---------- Data ----------

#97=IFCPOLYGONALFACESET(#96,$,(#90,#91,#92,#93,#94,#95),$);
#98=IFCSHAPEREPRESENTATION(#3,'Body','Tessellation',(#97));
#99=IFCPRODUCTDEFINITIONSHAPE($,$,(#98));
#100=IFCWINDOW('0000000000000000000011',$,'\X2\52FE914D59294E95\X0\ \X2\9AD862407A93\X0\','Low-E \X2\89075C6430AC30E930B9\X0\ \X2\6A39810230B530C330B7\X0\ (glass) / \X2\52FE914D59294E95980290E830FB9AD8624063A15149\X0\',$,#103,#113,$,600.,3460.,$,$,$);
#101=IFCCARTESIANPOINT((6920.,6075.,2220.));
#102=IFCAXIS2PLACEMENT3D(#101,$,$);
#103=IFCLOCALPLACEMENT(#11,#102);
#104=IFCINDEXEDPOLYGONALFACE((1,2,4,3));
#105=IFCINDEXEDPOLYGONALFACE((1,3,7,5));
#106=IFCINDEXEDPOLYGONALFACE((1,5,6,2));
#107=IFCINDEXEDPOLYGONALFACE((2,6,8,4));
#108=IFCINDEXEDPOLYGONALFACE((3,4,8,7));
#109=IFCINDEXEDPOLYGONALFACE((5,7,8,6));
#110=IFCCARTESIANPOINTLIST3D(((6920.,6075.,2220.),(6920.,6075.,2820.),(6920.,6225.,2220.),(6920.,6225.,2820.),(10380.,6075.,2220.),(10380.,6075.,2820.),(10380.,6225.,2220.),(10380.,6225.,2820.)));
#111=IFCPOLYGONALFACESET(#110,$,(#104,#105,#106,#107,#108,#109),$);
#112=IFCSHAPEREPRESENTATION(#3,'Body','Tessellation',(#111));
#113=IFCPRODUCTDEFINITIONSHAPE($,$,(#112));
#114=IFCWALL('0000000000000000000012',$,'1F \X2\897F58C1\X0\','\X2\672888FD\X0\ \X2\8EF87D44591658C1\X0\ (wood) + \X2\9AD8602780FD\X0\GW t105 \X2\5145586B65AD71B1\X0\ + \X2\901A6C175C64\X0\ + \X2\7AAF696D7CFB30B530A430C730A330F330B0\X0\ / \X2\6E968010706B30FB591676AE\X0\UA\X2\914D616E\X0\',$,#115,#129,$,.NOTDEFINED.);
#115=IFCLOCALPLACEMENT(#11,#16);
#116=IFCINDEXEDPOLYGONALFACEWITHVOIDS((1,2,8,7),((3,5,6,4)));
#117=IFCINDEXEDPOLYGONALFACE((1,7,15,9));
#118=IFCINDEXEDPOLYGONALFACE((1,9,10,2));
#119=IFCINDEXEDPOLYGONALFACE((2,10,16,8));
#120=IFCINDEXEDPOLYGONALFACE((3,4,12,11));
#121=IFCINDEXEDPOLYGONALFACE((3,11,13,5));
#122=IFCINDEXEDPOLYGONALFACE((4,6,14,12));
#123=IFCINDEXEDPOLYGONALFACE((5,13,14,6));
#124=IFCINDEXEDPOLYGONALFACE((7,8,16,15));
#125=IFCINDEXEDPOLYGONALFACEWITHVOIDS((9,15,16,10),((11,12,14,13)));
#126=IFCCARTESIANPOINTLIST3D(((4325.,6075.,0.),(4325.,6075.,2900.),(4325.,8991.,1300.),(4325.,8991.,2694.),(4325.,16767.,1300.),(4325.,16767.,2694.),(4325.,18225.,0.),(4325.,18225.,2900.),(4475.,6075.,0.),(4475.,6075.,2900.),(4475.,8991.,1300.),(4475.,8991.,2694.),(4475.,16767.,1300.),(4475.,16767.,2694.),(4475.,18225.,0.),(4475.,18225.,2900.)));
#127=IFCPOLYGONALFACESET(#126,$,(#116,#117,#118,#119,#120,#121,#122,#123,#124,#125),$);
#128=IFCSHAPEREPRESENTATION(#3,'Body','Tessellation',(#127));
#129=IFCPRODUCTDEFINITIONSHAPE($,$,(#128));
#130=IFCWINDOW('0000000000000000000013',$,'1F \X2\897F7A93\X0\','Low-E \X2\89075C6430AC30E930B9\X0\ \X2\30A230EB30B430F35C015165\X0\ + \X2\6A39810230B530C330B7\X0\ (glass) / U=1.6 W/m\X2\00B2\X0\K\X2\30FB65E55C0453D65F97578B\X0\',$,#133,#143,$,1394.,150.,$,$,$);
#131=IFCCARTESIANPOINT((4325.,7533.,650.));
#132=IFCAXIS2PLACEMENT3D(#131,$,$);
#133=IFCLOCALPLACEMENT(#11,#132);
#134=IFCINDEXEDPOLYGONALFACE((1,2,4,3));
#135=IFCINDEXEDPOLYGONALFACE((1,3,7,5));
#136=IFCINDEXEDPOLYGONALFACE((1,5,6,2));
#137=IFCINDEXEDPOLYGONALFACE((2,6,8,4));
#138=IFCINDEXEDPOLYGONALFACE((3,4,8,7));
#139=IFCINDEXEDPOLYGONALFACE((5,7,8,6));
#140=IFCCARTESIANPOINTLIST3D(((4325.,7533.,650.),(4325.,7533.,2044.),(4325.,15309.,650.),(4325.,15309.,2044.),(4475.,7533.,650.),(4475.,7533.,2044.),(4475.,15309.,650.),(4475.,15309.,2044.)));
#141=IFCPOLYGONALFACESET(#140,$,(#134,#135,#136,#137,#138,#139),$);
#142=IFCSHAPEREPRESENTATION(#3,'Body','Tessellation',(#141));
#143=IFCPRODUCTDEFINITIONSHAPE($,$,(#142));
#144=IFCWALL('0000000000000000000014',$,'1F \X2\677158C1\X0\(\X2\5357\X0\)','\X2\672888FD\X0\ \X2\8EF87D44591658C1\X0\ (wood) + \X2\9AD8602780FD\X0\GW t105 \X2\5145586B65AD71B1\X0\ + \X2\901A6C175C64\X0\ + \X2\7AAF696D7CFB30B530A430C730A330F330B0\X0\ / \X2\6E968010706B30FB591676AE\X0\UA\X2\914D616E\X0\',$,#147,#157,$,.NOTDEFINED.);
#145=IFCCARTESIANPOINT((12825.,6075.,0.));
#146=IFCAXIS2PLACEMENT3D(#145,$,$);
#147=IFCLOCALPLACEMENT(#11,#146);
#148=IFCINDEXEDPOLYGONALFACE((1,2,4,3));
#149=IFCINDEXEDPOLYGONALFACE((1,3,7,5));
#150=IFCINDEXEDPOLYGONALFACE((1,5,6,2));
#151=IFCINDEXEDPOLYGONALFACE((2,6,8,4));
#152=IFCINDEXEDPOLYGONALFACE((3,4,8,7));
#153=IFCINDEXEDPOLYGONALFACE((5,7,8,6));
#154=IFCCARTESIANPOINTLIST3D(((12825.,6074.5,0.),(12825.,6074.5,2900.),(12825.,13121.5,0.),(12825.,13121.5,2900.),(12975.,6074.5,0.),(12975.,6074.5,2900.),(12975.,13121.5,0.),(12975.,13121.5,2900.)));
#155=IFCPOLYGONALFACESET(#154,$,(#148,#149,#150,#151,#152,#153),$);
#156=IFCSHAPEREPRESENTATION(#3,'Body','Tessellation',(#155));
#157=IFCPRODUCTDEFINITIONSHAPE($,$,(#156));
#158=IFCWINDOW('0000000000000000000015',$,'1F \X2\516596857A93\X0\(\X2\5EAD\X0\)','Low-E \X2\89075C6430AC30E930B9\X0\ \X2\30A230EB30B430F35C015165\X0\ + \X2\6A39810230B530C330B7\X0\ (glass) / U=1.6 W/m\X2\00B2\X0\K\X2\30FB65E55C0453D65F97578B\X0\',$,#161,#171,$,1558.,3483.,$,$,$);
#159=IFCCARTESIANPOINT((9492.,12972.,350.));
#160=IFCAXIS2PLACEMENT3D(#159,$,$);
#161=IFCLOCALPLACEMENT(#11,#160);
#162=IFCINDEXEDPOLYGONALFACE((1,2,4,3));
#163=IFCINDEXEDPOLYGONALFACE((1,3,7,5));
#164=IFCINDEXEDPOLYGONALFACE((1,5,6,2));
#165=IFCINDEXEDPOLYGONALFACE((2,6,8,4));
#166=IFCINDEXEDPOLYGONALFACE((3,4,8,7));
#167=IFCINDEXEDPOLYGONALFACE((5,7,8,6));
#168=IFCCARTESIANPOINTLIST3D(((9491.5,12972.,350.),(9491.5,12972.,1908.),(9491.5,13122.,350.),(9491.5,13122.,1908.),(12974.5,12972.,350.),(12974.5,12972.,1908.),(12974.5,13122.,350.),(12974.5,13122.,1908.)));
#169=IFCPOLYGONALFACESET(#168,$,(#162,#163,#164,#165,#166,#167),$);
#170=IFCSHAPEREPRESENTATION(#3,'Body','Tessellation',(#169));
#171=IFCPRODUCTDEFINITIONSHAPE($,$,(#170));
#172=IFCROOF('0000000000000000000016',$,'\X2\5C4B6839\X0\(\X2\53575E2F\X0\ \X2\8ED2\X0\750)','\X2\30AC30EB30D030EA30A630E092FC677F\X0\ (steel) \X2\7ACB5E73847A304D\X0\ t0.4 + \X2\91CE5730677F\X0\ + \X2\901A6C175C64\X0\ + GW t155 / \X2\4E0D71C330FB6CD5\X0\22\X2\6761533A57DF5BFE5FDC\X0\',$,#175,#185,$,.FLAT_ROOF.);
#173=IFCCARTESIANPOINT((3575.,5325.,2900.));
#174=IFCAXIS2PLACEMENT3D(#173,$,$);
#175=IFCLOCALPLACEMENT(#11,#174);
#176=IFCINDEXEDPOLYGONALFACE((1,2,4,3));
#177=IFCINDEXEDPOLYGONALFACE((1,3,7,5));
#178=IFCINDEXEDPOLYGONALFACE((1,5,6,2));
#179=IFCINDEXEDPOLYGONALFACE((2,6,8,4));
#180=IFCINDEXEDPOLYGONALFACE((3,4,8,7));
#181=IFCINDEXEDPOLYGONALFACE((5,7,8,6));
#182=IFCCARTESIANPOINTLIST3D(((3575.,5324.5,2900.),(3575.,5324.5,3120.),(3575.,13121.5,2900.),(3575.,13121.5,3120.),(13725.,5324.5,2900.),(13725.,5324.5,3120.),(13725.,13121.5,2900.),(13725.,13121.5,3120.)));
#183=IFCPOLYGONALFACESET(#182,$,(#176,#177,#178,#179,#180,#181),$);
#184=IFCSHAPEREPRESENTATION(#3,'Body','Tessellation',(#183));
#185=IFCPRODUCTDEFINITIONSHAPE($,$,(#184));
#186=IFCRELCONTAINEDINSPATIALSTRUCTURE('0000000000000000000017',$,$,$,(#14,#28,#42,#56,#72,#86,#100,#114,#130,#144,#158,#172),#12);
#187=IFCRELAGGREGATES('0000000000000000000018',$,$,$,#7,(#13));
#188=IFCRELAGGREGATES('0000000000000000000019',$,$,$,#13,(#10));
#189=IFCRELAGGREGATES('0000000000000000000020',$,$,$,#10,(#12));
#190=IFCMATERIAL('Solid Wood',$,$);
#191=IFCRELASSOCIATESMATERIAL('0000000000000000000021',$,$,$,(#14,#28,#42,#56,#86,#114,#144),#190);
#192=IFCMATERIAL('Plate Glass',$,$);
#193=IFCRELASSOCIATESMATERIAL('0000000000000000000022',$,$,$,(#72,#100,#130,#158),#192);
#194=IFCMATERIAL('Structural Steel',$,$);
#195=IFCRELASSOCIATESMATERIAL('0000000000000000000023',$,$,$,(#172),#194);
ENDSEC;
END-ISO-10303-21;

----------

From the entries above, collect every line with the string "Body" in it.

#98=IFCSHAPEREPRESENTATION(#3,'Body','Tessellation',(#97));
#112=IFCSHAPEREPRESENTATION(#3,'Body','Tessellation',(#111));
#128=IFCSHAPEREPRESENTATION(#3,'Body','Tessellation',(#127));
#142=IFCSHAPEREPRESENTATION(#3,'Body','Tessellation',(#141));
#156=IFCSHAPEREPRESENTATION(#3,'Body','Tessellation',(#155));
#170=IFCSHAPEREPRESENTATION(#3,'Body','Tessellation',(#169));
#184=IFCSHAPEREPRESENTATION(#3,'Body','Tessellation',(#183));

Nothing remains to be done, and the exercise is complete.